• **Records from a collection**:
================================

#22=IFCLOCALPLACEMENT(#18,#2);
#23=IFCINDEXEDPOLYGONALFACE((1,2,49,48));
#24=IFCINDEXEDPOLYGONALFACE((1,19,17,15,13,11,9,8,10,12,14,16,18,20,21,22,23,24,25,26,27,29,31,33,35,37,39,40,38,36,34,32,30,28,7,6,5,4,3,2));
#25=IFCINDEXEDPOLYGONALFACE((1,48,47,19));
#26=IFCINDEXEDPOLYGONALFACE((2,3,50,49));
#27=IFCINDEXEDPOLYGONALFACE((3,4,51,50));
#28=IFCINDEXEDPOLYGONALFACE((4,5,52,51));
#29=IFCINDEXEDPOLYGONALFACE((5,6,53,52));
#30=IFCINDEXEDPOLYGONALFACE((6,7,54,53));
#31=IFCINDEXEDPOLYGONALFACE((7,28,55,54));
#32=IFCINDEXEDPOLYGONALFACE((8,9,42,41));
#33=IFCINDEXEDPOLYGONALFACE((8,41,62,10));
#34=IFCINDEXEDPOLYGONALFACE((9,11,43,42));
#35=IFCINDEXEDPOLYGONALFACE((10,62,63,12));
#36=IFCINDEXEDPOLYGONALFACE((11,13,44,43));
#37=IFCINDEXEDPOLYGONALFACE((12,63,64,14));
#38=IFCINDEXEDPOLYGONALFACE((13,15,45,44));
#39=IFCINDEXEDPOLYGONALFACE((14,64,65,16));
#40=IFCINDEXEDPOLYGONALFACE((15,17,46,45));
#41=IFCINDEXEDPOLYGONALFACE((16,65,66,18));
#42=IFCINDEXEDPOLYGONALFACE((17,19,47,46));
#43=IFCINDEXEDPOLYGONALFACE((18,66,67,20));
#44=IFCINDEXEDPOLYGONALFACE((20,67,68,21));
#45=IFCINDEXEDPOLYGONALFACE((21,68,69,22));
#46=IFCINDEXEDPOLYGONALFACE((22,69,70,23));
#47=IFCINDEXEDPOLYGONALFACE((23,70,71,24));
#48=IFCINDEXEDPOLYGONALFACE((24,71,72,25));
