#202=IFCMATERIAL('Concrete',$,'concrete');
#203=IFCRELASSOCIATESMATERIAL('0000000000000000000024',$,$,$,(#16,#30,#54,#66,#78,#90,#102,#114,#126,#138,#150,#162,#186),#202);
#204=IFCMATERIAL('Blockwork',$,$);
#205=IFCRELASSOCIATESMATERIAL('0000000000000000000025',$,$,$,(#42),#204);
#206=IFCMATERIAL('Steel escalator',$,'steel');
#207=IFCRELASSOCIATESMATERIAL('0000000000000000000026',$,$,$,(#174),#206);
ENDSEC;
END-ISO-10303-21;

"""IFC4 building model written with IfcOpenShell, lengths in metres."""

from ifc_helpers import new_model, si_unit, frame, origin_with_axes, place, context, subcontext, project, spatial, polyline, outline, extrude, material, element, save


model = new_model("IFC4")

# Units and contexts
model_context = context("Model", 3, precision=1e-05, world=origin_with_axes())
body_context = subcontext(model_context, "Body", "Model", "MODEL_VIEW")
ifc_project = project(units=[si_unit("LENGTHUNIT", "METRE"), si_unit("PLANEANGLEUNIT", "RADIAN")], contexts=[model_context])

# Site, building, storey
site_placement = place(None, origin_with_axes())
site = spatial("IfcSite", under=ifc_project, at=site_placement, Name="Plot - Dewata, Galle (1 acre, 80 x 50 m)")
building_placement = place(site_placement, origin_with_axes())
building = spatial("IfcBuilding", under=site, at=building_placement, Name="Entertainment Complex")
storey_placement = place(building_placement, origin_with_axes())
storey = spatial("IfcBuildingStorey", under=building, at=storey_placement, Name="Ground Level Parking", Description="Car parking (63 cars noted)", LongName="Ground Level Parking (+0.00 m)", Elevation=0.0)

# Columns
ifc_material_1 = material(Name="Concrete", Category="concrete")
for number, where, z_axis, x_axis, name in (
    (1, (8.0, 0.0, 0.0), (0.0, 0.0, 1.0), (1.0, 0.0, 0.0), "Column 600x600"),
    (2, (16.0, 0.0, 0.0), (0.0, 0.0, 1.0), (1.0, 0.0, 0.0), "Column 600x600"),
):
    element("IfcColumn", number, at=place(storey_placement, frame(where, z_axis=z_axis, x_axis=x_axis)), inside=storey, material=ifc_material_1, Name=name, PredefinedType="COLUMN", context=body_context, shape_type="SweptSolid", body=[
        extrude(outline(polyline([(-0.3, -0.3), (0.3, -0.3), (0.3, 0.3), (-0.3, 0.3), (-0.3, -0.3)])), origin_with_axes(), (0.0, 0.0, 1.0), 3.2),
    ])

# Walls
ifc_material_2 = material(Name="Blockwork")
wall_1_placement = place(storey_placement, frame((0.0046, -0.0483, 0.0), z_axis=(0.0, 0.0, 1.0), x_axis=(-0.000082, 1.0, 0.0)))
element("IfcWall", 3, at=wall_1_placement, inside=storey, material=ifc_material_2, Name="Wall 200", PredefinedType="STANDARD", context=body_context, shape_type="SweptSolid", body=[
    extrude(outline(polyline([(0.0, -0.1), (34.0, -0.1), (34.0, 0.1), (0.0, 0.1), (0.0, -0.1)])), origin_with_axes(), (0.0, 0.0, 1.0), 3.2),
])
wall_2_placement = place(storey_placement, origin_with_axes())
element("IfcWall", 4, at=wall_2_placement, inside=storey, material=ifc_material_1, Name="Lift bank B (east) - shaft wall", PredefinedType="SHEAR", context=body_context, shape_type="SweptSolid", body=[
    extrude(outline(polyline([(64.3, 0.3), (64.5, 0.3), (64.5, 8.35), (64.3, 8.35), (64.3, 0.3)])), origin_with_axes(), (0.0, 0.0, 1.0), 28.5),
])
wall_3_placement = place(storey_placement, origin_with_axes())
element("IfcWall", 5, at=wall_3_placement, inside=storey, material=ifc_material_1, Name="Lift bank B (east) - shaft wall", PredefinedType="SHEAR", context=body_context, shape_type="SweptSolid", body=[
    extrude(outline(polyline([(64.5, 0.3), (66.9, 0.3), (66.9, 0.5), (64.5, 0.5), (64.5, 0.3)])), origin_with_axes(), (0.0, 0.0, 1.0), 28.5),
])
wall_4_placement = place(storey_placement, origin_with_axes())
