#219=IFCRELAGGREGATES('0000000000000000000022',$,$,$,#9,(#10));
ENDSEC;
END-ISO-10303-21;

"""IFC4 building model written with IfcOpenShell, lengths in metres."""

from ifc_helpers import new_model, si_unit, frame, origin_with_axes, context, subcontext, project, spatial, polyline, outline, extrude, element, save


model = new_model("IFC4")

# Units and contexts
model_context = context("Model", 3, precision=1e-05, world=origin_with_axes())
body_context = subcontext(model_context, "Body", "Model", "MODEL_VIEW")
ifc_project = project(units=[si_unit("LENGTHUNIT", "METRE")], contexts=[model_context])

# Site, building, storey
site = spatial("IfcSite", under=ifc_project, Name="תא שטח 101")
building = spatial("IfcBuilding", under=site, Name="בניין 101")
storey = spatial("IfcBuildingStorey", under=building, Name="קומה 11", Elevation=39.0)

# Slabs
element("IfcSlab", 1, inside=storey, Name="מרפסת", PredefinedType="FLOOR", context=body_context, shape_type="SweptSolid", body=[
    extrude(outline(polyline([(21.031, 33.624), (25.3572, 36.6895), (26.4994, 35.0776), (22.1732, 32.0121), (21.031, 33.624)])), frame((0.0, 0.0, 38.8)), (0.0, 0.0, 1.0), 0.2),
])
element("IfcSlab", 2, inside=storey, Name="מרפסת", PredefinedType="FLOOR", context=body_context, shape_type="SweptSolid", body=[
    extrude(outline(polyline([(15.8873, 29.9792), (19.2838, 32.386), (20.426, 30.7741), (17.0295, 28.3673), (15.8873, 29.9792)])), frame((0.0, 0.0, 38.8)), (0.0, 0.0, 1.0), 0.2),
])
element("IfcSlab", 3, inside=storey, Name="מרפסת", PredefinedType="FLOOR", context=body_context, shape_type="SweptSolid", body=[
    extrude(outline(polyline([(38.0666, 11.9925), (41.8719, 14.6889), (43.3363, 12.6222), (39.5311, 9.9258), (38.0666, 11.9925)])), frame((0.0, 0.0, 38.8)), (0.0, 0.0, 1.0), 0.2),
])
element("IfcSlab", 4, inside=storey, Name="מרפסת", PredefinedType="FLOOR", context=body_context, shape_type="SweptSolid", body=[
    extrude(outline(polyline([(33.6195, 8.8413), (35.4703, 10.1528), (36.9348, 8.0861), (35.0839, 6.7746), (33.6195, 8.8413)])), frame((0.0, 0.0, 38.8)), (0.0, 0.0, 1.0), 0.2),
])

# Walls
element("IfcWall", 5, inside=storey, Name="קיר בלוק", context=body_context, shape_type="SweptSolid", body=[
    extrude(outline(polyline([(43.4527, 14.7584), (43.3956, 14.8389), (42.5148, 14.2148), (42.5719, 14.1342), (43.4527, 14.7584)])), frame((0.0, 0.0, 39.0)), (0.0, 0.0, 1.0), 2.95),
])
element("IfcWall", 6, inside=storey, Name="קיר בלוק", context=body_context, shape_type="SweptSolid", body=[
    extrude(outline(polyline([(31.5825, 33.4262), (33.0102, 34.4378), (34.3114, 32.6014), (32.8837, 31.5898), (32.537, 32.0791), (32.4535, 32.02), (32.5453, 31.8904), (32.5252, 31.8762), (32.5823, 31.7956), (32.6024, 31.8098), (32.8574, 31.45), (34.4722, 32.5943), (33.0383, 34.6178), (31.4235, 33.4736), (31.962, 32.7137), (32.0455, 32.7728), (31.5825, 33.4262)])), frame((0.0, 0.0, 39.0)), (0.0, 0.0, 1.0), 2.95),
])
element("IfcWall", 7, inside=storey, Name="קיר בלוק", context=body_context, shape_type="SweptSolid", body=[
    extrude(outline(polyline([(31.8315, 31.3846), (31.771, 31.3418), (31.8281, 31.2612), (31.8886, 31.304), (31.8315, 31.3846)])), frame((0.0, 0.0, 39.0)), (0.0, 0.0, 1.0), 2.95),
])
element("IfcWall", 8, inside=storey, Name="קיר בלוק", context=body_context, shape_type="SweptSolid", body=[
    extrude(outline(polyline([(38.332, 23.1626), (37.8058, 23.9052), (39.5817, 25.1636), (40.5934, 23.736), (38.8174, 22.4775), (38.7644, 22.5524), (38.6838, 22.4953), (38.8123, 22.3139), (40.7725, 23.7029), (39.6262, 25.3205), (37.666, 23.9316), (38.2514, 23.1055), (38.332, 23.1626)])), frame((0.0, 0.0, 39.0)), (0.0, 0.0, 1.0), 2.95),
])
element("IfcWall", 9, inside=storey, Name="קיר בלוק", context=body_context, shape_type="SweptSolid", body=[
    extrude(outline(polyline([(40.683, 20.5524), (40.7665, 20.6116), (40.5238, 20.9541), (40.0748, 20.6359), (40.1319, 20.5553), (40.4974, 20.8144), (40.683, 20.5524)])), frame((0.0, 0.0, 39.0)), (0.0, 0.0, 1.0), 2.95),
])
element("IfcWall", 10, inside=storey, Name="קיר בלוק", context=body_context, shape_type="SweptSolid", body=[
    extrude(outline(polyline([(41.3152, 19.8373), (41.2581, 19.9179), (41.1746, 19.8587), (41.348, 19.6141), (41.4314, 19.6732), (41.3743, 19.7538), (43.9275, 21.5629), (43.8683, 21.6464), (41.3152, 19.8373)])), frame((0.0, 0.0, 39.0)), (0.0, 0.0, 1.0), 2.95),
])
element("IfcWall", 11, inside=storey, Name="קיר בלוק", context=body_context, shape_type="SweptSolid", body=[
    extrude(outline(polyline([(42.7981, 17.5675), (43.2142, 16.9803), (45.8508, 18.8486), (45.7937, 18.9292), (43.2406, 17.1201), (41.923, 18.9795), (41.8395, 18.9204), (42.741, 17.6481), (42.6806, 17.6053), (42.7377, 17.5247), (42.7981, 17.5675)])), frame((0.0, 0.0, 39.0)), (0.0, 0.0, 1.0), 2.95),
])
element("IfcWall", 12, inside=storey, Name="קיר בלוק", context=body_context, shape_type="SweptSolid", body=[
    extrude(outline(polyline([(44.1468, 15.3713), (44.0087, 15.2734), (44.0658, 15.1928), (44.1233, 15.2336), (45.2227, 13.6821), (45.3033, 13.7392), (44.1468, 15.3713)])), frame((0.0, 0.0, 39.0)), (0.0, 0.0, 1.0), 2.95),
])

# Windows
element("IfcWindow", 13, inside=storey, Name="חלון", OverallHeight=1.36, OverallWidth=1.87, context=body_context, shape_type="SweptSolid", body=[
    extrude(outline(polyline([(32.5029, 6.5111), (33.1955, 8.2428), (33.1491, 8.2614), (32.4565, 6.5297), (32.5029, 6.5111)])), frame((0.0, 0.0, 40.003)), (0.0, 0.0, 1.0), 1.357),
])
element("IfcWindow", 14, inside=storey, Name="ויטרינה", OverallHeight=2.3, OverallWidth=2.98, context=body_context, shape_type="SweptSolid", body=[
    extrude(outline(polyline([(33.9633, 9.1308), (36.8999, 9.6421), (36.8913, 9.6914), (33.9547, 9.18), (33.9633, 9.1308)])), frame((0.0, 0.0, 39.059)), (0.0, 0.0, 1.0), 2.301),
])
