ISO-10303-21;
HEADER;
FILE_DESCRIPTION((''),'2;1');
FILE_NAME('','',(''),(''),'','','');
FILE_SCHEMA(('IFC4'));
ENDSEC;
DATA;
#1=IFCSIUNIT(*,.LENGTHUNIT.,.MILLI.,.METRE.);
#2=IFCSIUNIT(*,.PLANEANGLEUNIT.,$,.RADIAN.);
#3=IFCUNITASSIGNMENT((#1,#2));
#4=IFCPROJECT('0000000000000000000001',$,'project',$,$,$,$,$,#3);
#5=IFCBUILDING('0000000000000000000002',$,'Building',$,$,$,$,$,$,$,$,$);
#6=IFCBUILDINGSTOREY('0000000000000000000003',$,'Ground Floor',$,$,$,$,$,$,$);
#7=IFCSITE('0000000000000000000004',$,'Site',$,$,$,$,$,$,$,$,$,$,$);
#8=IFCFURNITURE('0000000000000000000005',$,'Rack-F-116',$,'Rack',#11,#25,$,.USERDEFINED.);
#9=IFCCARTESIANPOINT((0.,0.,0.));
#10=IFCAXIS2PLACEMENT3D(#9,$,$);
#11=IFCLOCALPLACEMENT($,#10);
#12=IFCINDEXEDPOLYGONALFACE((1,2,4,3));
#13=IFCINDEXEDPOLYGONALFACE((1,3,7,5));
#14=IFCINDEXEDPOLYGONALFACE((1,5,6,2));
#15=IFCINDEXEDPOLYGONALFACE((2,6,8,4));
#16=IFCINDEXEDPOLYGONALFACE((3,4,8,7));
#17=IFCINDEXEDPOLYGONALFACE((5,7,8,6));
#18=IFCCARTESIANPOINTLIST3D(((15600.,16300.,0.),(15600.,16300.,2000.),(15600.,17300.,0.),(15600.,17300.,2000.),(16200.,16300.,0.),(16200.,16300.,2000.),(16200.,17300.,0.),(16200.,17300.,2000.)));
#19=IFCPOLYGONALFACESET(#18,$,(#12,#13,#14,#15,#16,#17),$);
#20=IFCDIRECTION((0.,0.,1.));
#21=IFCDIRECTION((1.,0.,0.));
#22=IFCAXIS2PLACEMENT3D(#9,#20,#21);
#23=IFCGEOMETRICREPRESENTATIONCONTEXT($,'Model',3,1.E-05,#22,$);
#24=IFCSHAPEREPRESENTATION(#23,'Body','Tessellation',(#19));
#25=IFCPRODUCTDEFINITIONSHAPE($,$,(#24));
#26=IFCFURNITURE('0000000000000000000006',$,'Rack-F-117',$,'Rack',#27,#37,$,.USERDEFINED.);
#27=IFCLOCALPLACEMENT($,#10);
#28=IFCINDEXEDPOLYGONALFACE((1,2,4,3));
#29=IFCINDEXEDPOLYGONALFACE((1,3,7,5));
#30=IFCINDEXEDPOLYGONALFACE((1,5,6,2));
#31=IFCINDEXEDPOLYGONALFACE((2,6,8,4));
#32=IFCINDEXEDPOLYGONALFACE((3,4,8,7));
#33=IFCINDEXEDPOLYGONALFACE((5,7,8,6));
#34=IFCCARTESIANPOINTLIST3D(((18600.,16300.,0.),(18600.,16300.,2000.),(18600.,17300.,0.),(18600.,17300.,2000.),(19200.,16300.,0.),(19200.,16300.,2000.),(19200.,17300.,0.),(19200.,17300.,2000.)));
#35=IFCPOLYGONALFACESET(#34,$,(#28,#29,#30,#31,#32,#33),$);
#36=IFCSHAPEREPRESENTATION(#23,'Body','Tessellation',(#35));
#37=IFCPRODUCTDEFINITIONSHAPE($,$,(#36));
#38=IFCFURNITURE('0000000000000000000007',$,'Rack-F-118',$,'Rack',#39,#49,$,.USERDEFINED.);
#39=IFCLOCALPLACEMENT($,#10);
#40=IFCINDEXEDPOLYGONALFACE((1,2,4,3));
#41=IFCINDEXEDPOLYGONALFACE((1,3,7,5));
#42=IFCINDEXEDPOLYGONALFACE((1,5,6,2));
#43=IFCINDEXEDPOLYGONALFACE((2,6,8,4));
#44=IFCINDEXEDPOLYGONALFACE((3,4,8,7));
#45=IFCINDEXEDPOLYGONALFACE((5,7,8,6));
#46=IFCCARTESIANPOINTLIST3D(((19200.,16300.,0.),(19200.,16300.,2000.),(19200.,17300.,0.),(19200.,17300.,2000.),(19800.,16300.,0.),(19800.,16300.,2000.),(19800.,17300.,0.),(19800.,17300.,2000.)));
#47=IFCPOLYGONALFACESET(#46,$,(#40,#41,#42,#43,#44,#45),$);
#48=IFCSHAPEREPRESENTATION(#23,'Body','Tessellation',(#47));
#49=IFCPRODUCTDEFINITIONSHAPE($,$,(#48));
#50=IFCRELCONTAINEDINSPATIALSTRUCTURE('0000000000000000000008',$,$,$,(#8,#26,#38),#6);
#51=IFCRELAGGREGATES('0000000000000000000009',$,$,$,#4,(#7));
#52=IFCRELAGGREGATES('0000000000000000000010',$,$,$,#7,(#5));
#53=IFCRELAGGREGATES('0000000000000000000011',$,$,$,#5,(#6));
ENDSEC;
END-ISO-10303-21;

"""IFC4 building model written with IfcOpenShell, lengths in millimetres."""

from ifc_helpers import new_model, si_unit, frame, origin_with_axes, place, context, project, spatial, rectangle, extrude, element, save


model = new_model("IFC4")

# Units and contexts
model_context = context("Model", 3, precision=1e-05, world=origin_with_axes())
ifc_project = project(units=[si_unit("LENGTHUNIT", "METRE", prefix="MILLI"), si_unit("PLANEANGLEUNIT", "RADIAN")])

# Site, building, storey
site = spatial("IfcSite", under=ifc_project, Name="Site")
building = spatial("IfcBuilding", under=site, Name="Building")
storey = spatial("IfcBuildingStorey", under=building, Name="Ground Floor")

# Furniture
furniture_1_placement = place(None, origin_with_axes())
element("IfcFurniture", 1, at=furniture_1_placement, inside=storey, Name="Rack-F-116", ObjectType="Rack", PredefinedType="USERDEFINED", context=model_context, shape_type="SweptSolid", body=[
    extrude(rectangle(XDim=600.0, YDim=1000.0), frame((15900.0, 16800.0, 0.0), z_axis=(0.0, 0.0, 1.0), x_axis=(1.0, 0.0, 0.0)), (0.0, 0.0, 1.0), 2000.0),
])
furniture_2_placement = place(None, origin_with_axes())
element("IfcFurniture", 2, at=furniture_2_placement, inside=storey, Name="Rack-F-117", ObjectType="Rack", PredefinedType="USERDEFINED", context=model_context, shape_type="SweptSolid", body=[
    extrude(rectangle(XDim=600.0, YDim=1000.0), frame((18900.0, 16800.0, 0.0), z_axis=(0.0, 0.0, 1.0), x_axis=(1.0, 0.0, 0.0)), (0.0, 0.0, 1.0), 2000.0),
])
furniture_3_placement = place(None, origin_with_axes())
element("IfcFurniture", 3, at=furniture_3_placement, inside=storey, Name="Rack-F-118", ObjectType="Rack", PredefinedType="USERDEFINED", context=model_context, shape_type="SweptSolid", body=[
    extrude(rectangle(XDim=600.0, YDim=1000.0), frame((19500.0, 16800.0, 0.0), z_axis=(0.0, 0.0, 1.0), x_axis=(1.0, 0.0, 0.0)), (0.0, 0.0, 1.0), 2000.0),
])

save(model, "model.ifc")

================================

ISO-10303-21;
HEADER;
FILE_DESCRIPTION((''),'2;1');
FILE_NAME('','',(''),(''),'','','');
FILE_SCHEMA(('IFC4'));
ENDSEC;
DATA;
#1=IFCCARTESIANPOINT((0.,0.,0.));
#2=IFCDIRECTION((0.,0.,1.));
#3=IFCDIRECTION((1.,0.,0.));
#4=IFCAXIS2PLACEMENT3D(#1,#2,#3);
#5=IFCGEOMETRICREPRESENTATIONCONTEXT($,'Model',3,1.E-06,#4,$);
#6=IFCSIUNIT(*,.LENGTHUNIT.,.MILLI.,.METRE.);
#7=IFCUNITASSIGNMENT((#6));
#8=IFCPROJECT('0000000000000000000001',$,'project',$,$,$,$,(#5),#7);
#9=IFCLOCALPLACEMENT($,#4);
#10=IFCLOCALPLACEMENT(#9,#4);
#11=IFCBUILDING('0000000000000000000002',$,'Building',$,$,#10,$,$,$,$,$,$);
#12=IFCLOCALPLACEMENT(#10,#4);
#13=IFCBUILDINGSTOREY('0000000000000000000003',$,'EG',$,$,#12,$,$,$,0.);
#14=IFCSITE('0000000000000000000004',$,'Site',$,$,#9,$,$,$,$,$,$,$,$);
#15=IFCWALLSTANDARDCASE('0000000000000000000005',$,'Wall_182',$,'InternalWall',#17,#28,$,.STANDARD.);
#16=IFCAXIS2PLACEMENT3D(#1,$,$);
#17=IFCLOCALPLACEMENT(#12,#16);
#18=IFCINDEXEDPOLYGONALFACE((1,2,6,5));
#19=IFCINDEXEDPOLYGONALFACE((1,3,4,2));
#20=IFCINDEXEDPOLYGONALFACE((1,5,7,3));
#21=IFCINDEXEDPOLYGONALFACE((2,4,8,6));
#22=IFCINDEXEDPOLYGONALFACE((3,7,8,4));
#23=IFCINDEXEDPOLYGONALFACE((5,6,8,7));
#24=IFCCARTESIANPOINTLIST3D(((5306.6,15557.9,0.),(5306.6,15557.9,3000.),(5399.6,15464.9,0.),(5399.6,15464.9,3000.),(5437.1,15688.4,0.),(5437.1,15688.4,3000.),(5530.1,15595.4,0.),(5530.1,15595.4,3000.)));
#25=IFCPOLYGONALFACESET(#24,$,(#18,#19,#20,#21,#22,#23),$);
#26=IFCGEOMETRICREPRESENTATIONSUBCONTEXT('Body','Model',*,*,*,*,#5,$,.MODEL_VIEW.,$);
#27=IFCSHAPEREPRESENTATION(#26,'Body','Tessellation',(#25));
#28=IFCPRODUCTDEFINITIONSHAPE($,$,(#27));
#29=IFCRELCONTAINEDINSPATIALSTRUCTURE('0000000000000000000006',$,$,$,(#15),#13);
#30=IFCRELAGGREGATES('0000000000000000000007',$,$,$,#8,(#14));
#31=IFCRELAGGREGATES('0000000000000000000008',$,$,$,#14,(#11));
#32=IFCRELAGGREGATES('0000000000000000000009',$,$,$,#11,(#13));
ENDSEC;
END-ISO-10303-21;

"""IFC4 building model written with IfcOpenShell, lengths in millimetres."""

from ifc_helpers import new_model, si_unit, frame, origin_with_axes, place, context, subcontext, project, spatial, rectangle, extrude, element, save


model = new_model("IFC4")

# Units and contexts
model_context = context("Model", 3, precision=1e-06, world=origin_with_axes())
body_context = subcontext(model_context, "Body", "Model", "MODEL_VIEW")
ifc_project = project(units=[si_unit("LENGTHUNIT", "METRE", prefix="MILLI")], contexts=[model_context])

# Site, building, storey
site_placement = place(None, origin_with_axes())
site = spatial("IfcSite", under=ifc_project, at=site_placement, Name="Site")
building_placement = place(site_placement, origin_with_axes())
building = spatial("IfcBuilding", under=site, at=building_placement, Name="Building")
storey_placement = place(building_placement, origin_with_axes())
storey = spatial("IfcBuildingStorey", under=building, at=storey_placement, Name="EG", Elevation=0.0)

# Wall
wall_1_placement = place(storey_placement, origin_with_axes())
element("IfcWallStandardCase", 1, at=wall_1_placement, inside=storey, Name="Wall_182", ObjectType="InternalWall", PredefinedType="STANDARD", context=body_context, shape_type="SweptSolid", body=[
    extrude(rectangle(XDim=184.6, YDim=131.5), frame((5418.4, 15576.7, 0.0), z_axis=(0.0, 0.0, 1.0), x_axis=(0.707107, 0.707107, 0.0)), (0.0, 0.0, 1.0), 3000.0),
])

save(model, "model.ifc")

================================

• **Exercise aim**:
Using the entries above, give back exactly the line containing "#26=IFCINDEXEDPOLYGONALFACE((2,3,50,49));", the line containing "#38=IFCINDEXEDPOLYGONALFACE((13,15,45,44));", and every line between them, and nothing else.

• **Solution below**:
#26=IFCINDEXEDPOLYGONALFACE((2,3,50,49));
#27=IFCINDEXEDPOLYGONALFACE((3,4,51,50));
#28=IFCINDEXEDPOLYGONALFACE((4,5,52,51));
#29=IFCINDEXEDPOLYGONALFACE((5,6,53,52));
#30=IFCINDEXEDPOLYGONALFACE((6,7,54,53));
#31=IFCINDEXEDPOLYGONALFACE((7,28,55,54));
#32=IFCINDEXEDPOLYGONALFACE((8,9,42,41));
#33=IFCINDEXEDPOLYGONALFACE((8,41,62,10));
#34=IFCINDEXEDPOLYGONALFACE((9,11,43,42));
#35=IFCINDEXEDPOLYGONALFACE((10,62,63,12));
#36=IFCINDEXEDPOLYGONALFACE((11,13,44,43));
#37=IFCINDEXEDPOLYGONALFACE((12,63,64,14));
#38=IFCINDEXEDPOLYGONALFACE((13,15,45,44));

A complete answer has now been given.